For year-to-date 2015, total fuel and purchased power expenses were $2.37 billion compared to $2.80 billion in the corresponding period in 2014. The decrease in year-to-date 2015 was primarily due to a $394 million decrease in the average cost of fuel and purchased power related to lower natural gas prices and a $135 million decrease in the volume of KWHs generated due to higher coal prices, partially offset by a $106 million increase in the volume of KWHs purchased due to lower natural gas prices.

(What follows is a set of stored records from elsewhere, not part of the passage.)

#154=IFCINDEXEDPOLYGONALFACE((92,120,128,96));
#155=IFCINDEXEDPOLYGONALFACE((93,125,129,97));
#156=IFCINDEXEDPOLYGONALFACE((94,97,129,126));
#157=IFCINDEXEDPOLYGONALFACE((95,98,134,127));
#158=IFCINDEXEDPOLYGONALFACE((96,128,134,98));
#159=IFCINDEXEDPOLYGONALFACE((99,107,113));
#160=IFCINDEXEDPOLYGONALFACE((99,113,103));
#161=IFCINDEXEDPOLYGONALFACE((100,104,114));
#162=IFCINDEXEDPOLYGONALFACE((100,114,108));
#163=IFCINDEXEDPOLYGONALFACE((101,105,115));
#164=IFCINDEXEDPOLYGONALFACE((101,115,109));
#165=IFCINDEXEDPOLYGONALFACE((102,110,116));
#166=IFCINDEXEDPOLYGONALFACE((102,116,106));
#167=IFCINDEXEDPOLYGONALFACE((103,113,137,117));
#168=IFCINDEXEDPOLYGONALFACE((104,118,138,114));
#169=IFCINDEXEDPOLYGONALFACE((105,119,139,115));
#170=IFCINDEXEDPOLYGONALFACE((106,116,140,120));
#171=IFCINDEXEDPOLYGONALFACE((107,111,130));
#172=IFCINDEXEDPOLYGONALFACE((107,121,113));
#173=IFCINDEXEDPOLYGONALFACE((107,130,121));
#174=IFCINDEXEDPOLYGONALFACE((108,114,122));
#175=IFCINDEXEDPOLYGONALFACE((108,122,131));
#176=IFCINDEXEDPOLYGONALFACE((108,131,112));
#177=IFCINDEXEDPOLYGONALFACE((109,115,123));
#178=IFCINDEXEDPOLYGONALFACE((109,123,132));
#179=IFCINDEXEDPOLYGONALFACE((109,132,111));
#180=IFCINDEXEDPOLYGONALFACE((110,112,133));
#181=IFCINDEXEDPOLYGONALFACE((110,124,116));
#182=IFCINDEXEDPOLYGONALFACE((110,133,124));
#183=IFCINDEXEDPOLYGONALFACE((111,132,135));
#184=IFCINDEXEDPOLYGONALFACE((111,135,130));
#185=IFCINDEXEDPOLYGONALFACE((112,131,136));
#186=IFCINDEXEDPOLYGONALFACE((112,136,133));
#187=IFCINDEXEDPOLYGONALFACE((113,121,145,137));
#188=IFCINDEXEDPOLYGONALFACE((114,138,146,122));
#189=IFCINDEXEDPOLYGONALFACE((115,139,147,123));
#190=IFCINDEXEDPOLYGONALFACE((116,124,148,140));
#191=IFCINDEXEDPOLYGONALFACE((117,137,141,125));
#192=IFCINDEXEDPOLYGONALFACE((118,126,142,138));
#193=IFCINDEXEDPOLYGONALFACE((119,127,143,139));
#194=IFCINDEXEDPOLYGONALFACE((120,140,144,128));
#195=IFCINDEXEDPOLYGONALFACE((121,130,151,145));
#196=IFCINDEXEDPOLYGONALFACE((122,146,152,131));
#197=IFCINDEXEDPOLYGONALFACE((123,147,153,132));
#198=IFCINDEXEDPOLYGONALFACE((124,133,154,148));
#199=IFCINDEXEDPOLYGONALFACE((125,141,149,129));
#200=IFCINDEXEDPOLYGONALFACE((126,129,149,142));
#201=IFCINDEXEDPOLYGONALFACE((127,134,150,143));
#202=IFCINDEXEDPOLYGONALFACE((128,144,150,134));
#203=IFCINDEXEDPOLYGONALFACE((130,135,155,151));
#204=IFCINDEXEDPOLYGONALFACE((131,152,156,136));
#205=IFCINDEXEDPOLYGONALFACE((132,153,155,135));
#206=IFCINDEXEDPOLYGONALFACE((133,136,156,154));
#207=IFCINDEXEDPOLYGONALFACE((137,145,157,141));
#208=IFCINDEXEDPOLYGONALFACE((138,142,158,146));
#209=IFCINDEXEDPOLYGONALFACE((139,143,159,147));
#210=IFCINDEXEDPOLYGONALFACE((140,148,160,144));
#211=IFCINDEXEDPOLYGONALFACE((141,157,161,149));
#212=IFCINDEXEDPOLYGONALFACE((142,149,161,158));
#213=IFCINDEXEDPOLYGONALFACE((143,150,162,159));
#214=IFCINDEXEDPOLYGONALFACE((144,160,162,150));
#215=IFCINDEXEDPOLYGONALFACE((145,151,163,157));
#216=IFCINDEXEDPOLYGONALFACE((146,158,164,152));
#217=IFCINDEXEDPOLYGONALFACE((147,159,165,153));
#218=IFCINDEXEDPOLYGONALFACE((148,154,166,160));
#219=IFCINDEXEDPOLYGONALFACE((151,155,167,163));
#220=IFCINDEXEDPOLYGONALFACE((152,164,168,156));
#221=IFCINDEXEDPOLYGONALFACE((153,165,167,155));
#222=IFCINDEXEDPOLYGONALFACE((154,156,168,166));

Fuel and purchased power energy transactions do not have a significant impact on earnings since these fuel expenses are generally offset by fuel revenues through Georgia Power's fuel cost recovery mechanism. See FUTURE EARNINGS POTENTIAL – "Retail Regulatory Matters – Fuel Cost Recovery" herein for additional information.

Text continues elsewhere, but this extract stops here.